A Randomized Control Trial on the Effectiveness of Kinesio-taping in the Prevention of Painful Shoulder and in the Functional Recovery of the Hemiplegic Upper Limb in People With Stroke in Sub-acute Phase

I.R.C.C.S. Fondazione Santa Lucia1 site in 1 country30 target enrollmentJanuary 1, 2022

Overview

Phase
Not Applicable
Intervention
Not specified
Conditions
Stroke, Rehabilitation
Sponsor
I.R.C.C.S. Fondazione Santa Lucia
Enrollment
30
Locations
1
Primary Endpoint
To assess the change of Ritchie Articular Index
Status
Completed
Last Updated
2 years ago

Overview

Brief Summary

This RCT aims to investigate the effectiveness of the early use of Kinesio-taping (KT) together with standard physiotherapy treatment, in the prevention of the shoulder pain of the hemiplegic upper limb following a cerebral stroke compared to conventional physiotherapy without KT treatment. As a secondary outcome, this RCT aims to investigate if KT could improve functional recovery and delay the onset of spasticity.

The study consists in two parallel groups of 15 participants each. The treatment and observation period will last 1 month.

Detailed Description

The following RCT single blind study will be performed in the Rehabilitative Operative Unit 4 of the I.R.C.C.S. Fondazione Santa Lucia in Rome, Italy. It aims to investigate the effectiveness of the early use of Kinesio-taping (KT) together with standard physiotherapy treatment, in the prevention of shoulder pain of the hemiplegic upper limb following a cerebral stroke, in the subacute phase. As a secondary outcome, a potential impact on functional recovery and on the onset of spasticity affecting the muscles of the upper limb will be evaluated. The early application of KT aims to prevent subluxation of the hemiplegic shoulder and therefore pain secondary to the prolonged mechanical stress of the capsulo-ligamentous and tendon structures, due to the weight of the limb in the antigravity position. A total of 30 patients will be enrolled by the investigators and randomly assigned to either the experimental group (EG) or the control group (CG). The EG, as part of the standard treatment, will be subject to a total of 4 applications of KT, each of which to be kept for 5 days a week followed by 2 days of rest, to safeguard skin integrity before a further application. The participants will be evaluated for eligibility at the admission after discharge from the Stroke Units of the local district area. The KT application will be carried out at an early stage, immediately after enrollment and possibly before the painful symptoms and subluxation are overt. The CG will undergo a KT application on the deltoid without support function, with the same frequency and duration as the EG (sham-application).

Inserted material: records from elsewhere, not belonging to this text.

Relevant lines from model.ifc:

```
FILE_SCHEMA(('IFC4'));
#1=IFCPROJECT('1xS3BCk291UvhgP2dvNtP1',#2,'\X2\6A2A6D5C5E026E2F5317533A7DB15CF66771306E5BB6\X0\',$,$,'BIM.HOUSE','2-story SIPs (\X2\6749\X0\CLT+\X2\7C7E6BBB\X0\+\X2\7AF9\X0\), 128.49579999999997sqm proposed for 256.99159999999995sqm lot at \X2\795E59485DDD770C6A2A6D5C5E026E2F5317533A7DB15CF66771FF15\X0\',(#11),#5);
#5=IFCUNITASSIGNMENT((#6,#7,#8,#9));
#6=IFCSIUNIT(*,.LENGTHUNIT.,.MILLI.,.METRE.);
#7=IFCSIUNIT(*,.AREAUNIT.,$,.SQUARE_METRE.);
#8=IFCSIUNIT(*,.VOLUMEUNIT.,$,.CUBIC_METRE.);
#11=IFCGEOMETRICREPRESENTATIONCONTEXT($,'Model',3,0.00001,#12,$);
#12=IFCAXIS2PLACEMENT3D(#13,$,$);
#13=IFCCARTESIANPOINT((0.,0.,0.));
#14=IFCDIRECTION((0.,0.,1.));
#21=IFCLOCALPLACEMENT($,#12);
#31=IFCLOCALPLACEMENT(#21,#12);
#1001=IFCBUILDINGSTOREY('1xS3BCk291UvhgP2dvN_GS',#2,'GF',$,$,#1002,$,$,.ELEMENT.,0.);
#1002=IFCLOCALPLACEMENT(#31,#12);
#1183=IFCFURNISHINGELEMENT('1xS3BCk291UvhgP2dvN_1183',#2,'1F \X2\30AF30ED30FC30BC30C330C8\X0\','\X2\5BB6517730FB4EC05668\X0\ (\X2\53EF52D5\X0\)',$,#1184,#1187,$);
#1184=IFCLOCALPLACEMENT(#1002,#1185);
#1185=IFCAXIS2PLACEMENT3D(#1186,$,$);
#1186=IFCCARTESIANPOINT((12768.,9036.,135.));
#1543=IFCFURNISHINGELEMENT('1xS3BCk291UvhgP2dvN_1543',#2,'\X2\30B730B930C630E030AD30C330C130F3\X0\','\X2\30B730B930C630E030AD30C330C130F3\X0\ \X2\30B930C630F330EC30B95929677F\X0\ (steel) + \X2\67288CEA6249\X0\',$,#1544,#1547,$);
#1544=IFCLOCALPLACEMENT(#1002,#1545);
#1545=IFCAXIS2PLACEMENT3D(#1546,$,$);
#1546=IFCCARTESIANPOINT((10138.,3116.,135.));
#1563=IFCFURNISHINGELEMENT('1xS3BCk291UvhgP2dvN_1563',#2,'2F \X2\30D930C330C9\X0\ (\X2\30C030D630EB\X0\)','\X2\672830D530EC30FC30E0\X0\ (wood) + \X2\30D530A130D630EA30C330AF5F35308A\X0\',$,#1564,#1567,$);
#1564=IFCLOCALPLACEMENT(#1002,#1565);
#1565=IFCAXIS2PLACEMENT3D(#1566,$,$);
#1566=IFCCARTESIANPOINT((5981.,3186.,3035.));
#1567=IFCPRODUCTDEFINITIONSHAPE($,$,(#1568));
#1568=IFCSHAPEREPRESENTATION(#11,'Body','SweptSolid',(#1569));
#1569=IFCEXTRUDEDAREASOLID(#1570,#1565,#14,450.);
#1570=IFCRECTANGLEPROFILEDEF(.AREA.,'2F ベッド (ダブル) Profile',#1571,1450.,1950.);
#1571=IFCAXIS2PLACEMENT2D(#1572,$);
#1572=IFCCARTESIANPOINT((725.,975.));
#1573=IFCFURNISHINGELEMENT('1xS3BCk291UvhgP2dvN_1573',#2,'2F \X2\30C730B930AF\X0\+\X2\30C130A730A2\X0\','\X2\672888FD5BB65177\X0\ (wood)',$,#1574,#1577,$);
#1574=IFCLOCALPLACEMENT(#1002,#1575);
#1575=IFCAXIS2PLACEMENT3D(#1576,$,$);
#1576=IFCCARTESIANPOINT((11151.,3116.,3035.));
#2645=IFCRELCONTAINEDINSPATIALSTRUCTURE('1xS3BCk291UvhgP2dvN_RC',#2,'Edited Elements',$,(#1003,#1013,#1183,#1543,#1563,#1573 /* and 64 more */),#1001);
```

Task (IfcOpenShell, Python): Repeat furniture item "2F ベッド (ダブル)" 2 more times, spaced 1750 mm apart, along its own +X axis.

```python
import ifcopenshell
import ifcopenshell.api.geometry
import ifcopenshell.api.root
import ifcopenshell.util.element
import ifcopenshell.util.placement
import ifcopenshell.util.unit

model = ifcopenshell.open("model.ifc")
unit_scale = ifcopenshell.util.unit.calculate_unit_scale(model)


def reuse_history(source, copy):
    """copy_class also copies each property set's owner history, people and application; keep the originals."""
    for rel in copy.IsDefinedBy:
        if rel.is_a("IfcRelDefinesByProperties") and (history := rel.RelatingPropertyDefinition.OwnerHistory):
            rel.RelatingPropertyDefinition.OwnerHistory = source.OwnerHistory
            ifcopenshell.util.element.remove_deep2(model, history)


source = model.by_guid("1xS3BCk291UvhgP2dvN_1563")
base = ifcopenshell.util.placement.get_local_placement(source.ObjectPlacement)
step = base[:3, 0] * 1.75 / unit_scale

for i in range(1, 3):
    copy = ifcopenshell.api.root.copy_class(model, product=source)
    copy.Representation = ifcopenshell.util.element.copy_deep(
        model, source.Representation, exclude=["IfcGeometricRepresentationContext", "IfcRepresentationMap"]
    )
    reuse_history(source, copy)
    matrix = base.copy()
    matrix[:3, 3] += i * step
    print("added at", matrix[:3, 3].round(3) + 0.0)
    ifcopenshell.api.geometry.edit_object_placement(model, product=copy, matrix=matrix, is_si=False)

model.write("model_updated.ifc")
```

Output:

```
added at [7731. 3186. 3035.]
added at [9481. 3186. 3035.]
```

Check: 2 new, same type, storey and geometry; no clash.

The outcomes that will be evaluated are: the intensity of perceived pain (Ritchie Articular Index - RAI), the functionality of the upper limb (Fugl-Meyer Assessment - FMA-UE) and the presence of hypertonus in the muscles of the upper limb (modified Ashwort scale - MAS). The treatment lasted 4 weeks and the timing of data collection was organized as follows: T (0) - the initial assessment immediately after enrollment; T (1) - the intermediate evaluation performed before the fifth rehabilitation treatment; T (2) - the final evaluation performed at the end of the 8 treatments. Follow-up after discharge cannot currently be predicted due to hospital access restrictions due to the COVID pandemic.

Registry
clinicaltrials.gov
Start Date
January 1, 2022
End Date
March 1, 2023
Last Updated
2 years ago
Study Type
Interventional
Study Design
Parallel
Sex
All

Investigators

Sponsor
I.R.C.C.S. Fondazione Santa Lucia
Responsible Party
Principal Investigator
Principal Investigator

Stefano Brunelli

Principal investigator

I.R.C.C.S. Fondazione Santa Lucia

Eligibility Criteria

Inclusion Criteria

  • Patients with a first episode of ischemic or hemorrhagic stroke.
  • Hypotonia of the stabilizing muscles of the shoulder.
  • Enrollment within 1 month of stroke.

Exclusion Criteria

  • • Previous trauma or chronic tendinopathies of the shoulder musculature.
  • Skin problems such as wounds or hypersensitivity.
  • Severe psychiatric or cognitive deficits.
  • Anesthesia of the hemiplegic side.
  • Severe aphasia
  • Severe neglect

Outcomes

Primary Outcomes

To assess the change of Ritchie Articular Index

Time Frame: Initial assessment: after enrollment. Intermediate evaluation after 3 weeks, before the fifth treatment. Final evaluation after 5 weeks since enrollment

The Ritchie Articular Index (RAI) is an 4 point index for the numerical measurement of joint tenderness. It grades 0: no tenderness, 1: patient complained of pain, 2: patient complained of pain and winced, 3: patient complained of pain and winced and withdrew. 0 is the better outcome, 3 is the worse outcome. The shoulder joint pain will be assessed

Secondary Outcomes

  • To assess the change of Modified Ashwort Scale(Initial assessment: after enrollment. Intermediate evaluation after 3 weeks, before the fifth treatment. Final evaluation after 5 weeks since enrollment)
  • To assess the change of FUGL-MEYER ASSESSMENT UPPER EXTREMITY(Initial assessment: after enrollment. Intermediate evaluation after 3 weeks, before the fifth treatment. Final evaluation after 5 weeks since enrollment)

Study Sites (1)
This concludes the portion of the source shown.